Но Хелен и озадачила свою подругу. Ее интересовала её личная жизнь. Томас фон Махель оказывал ей знаки внимания. Присылал корзины цветов, один раз встречал после работы у входа в клинику. Анни только услышала это имя, замахала руками. Хелен даже не ожидала такой эмоциональной реакции.
— Ты что? Он красив! Он статен! Он один из десяти самых богатых наследников в нашем королевстве! Где мне еще подвернется такая выгодная партия! Или ты опасаешься, что я и Томас отнимем у тебя все наследство!
Анни ужаснулась. Она и не ожидала, что такие мысли появятся в голове, старой по годам, дружбы подруги.
— Хелен, милая моя. Я тебя умоляю, выкинь этого человека из своей головы! Он злостный пьяница и садист! О, дева, Мария, я не ожидала, что ты не рассмотришь этого человека! Это так ужасно! Любая женщина, которая свяжет какими-нибудь узами себя с этим человеком, обрекает себя на муки! На стыд и унижение!
— Но почему. Анни! Я его ни разу не видела пьяным!
— Милая моя, ну тогда просто инкогнито в течении нескольких дней покарауль из-за угла нашей усадьбы, не поленись потратить время и у тебя не будет больше иллюзий по поводу этого человека! Хелен, кто угодно, но только не он!
Хелен пожала плечами. Она так и согласилась поступить. И случай не заставил себя ждать.
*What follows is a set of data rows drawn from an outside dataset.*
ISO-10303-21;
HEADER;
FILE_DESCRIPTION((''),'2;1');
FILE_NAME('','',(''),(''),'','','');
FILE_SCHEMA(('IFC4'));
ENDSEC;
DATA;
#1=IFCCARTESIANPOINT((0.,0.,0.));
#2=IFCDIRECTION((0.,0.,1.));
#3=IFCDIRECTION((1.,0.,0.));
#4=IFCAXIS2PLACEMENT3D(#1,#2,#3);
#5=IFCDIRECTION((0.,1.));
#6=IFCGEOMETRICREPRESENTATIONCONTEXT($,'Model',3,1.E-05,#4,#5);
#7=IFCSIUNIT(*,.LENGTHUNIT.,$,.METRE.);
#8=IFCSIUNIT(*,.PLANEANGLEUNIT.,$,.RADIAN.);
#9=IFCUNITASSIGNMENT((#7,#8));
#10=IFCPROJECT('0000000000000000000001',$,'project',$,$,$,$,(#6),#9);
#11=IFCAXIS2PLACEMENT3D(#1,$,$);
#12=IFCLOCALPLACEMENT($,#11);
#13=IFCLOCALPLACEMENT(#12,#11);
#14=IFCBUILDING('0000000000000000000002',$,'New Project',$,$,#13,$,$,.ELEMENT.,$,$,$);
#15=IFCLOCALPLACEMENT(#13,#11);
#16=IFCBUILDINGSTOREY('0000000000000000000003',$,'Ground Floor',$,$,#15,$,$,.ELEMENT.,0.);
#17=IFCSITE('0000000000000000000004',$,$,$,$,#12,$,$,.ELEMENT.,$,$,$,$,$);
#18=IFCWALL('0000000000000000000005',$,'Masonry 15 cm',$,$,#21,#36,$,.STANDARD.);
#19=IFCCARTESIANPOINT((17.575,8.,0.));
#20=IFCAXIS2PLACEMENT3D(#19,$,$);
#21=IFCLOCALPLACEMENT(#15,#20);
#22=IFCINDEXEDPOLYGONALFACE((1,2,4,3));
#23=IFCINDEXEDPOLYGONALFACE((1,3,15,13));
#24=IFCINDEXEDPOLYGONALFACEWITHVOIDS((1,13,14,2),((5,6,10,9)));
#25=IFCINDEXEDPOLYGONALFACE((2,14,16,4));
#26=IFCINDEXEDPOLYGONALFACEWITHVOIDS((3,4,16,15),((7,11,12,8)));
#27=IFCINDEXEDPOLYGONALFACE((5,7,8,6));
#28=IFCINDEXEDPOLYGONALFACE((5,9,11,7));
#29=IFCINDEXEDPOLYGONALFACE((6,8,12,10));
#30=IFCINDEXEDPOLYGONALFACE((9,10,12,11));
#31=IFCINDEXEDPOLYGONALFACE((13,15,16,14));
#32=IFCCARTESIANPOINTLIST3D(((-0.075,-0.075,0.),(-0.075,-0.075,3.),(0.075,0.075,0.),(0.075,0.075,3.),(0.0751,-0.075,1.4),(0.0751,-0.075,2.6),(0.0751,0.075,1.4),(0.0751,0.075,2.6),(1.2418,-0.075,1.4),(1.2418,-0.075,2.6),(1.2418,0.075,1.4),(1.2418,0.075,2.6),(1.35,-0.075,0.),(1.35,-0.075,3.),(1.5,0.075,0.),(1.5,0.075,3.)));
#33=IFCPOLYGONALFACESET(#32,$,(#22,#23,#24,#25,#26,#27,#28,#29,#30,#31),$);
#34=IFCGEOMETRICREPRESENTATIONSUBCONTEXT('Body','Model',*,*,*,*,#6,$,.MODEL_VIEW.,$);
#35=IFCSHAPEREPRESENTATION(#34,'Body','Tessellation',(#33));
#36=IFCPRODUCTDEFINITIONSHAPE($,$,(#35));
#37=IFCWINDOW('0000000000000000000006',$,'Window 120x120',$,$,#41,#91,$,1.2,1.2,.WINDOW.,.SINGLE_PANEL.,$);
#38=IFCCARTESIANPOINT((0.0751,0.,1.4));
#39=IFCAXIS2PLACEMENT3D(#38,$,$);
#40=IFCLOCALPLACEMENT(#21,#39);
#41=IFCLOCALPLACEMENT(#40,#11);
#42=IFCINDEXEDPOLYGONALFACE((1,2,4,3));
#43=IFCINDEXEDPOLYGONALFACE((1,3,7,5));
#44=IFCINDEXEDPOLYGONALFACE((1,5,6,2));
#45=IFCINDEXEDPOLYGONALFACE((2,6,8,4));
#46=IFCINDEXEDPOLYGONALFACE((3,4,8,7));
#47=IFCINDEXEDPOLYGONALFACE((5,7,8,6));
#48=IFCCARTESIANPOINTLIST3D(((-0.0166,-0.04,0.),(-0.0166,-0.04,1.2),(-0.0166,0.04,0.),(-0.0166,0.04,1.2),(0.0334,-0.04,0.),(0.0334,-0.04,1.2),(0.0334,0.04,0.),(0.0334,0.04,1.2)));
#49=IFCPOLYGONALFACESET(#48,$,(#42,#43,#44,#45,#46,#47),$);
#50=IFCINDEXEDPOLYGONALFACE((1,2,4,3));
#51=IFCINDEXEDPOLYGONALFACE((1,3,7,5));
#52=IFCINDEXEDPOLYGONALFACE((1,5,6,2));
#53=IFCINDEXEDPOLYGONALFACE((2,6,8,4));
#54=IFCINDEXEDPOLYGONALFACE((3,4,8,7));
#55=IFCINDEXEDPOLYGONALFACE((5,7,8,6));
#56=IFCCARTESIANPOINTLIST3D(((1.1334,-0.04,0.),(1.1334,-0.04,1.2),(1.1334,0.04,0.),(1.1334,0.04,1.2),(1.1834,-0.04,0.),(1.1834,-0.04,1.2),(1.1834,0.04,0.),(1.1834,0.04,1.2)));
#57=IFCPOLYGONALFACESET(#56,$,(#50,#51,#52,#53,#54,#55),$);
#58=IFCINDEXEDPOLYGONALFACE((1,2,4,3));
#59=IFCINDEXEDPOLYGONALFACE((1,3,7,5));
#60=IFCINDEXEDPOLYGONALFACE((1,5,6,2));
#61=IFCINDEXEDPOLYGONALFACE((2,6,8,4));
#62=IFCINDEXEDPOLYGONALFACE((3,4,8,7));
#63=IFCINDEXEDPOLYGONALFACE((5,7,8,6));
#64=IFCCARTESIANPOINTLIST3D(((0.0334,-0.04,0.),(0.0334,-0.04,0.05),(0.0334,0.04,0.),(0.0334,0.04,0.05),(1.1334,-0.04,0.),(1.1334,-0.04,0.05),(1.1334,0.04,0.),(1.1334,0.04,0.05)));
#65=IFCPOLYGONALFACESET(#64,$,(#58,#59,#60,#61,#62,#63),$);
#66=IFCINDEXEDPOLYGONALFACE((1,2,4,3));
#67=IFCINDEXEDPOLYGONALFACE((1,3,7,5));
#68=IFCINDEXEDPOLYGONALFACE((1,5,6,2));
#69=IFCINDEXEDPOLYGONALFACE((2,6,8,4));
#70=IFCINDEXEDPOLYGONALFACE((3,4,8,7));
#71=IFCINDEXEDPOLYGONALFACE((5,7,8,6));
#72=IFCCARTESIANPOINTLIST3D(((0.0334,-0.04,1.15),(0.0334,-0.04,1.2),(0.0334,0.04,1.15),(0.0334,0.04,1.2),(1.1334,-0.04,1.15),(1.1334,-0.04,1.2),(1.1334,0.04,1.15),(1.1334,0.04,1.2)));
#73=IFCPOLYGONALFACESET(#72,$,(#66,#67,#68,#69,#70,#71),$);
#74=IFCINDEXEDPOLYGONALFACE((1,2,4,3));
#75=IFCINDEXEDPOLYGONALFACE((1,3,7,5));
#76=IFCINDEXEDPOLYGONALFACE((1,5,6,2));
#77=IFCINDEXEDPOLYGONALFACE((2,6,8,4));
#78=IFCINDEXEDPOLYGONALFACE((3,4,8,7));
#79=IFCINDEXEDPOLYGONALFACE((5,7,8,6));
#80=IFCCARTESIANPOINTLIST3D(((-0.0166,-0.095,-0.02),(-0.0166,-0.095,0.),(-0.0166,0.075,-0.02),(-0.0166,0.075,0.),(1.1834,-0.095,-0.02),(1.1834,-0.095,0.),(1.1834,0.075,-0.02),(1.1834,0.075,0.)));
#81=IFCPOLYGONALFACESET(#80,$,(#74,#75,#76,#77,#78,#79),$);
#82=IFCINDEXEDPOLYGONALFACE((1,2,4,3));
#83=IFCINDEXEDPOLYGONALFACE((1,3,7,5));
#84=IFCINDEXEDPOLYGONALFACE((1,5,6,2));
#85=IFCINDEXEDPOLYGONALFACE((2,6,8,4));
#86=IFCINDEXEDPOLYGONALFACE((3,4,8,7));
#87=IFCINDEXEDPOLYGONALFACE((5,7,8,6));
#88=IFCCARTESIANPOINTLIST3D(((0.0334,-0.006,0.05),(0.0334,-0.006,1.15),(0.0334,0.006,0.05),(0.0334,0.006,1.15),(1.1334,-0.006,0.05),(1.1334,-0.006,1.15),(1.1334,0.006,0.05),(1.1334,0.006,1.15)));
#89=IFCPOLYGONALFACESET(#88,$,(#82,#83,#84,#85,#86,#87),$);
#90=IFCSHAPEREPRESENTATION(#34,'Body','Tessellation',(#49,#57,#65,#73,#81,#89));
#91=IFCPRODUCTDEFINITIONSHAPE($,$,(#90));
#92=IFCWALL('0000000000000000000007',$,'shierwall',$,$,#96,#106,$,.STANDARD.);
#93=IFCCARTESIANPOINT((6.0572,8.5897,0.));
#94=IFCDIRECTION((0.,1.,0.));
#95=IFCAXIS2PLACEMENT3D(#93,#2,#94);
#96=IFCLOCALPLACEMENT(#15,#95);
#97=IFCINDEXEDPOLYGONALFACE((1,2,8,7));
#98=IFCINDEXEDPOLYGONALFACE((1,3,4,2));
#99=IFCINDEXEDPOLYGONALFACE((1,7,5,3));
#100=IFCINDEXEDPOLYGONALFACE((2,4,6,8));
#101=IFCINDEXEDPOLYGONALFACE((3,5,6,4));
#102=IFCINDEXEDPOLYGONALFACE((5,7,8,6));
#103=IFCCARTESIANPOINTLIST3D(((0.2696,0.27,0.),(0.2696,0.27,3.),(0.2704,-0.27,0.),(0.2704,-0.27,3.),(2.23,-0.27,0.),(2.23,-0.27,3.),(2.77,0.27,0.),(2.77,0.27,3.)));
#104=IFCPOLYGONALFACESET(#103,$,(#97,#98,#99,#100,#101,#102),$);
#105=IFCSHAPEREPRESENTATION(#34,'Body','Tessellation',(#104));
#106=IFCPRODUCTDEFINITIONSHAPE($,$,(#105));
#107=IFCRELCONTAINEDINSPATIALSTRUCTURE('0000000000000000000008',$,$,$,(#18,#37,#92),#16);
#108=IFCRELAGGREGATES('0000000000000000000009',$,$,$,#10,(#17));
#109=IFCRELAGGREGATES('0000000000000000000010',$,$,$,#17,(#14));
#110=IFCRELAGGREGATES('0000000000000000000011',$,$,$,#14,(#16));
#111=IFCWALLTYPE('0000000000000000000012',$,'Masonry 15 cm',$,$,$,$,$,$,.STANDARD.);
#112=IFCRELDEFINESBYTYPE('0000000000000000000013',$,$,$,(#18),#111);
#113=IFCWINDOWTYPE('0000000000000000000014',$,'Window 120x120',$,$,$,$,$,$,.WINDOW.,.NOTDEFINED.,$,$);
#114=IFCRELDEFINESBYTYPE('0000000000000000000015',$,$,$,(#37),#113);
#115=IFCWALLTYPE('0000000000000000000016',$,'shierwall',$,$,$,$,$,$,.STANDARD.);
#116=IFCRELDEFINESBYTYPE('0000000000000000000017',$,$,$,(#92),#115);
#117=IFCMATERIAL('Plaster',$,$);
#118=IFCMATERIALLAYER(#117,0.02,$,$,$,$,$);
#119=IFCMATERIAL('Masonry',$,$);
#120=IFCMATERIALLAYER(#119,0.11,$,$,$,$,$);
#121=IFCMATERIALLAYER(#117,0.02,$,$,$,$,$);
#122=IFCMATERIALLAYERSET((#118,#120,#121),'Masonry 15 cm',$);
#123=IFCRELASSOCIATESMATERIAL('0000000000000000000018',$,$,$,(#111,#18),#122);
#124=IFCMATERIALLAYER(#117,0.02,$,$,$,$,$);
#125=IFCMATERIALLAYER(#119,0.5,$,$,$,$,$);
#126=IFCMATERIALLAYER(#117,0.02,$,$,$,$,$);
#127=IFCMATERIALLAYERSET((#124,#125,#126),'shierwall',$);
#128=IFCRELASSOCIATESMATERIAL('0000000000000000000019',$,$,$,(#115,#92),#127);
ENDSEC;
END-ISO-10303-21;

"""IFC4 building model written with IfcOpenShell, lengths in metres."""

from ifc_helpers import new_model, si_unit, direction, frame, frame_2d, origin, origin_with_axes, place, context, subcontext, project, spatial, polyline, rectangle, outline, extrude, material, layer, layer_set, layer_usage, type_object, element, fill, save


model = new_model("IFC4")

# Units and contexts
model_context = context("Model", 3, precision=1e-05, world=origin_with_axes(), true_north=direction((0.0, 1.0)))
body_context = subcontext(model_context, "Body", "Model", "MODEL_VIEW")
ifc_project = project(units=[si_unit("LENGTHUNIT", "METRE"), si_unit("PLANEANGLEUNIT", "RADIAN")], contexts=[model_context])

# Site, building, storey
site_placement = place(None, origin())
site = spatial("IfcSite", under=ifc_project, at=site_placement, CompositionType="ELEMENT")
building_placement = place(site_placement, origin())
building = spatial("IfcBuilding", under=site, at=building_placement, Name="New Project", CompositionType="ELEMENT")
storey_placement = place(building_placement, origin())
storey = spatial("IfcBuildingStorey", under=building, at=storey_placement, Name="Ground Floor", CompositionType="ELEMENT", Elevation=0.0)

# Shared definitions
ifc_material_1 = material(Name="Plaster")
ifc_layer_1 = layer(ifc_material_1, 0.02)
ifc_material_2 = material(Name="Masonry")
ifc_layer_2 = layer(ifc_material_2, 0.11)
ifc_layer_3 = layer(ifc_material_1, 0.02)
ifc_layer_set_1 = layer_set([ifc_layer_1, ifc_layer_2, ifc_layer_3], Name="Masonry 15 cm")
ifc_layer_usage_1 = layer_usage(ifc_layer_set_1, "AXIS2", "NEGATIVE", 0.075)
wall_type_1 = type_object("IfcWallType", Name="Masonry 15 cm", PredefinedType="STANDARD", material=ifc_layer_set_1)

# Shared definitions
window_type = type_object("IfcWindowType", Name="Window 120x120", PartitioningType="NOTDEFINED", PredefinedType="WINDOW")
Этим же вечером, как и следующим вечером, Томаса фон Махеля камергер вынимал пьяным из экипажа. А через два дня он вообще пропал на несколько дней из дома и граф стал мрачнее тучи. Анни слышала утром в плохо закрытую дверь, как граф давал распоряжение своему камергеру опять поискать его в борделях. Анни раньше не видела, насколько это изматывает графа. Он в такие дни просто на глазах менялся. Взгляд становился тусклым, тревожным и даже с ноткой обреченности. Ей было его жалко. Но уходя на работу, она забывала обо всем. Работа затмевала все остальные тревоги и неурядицы.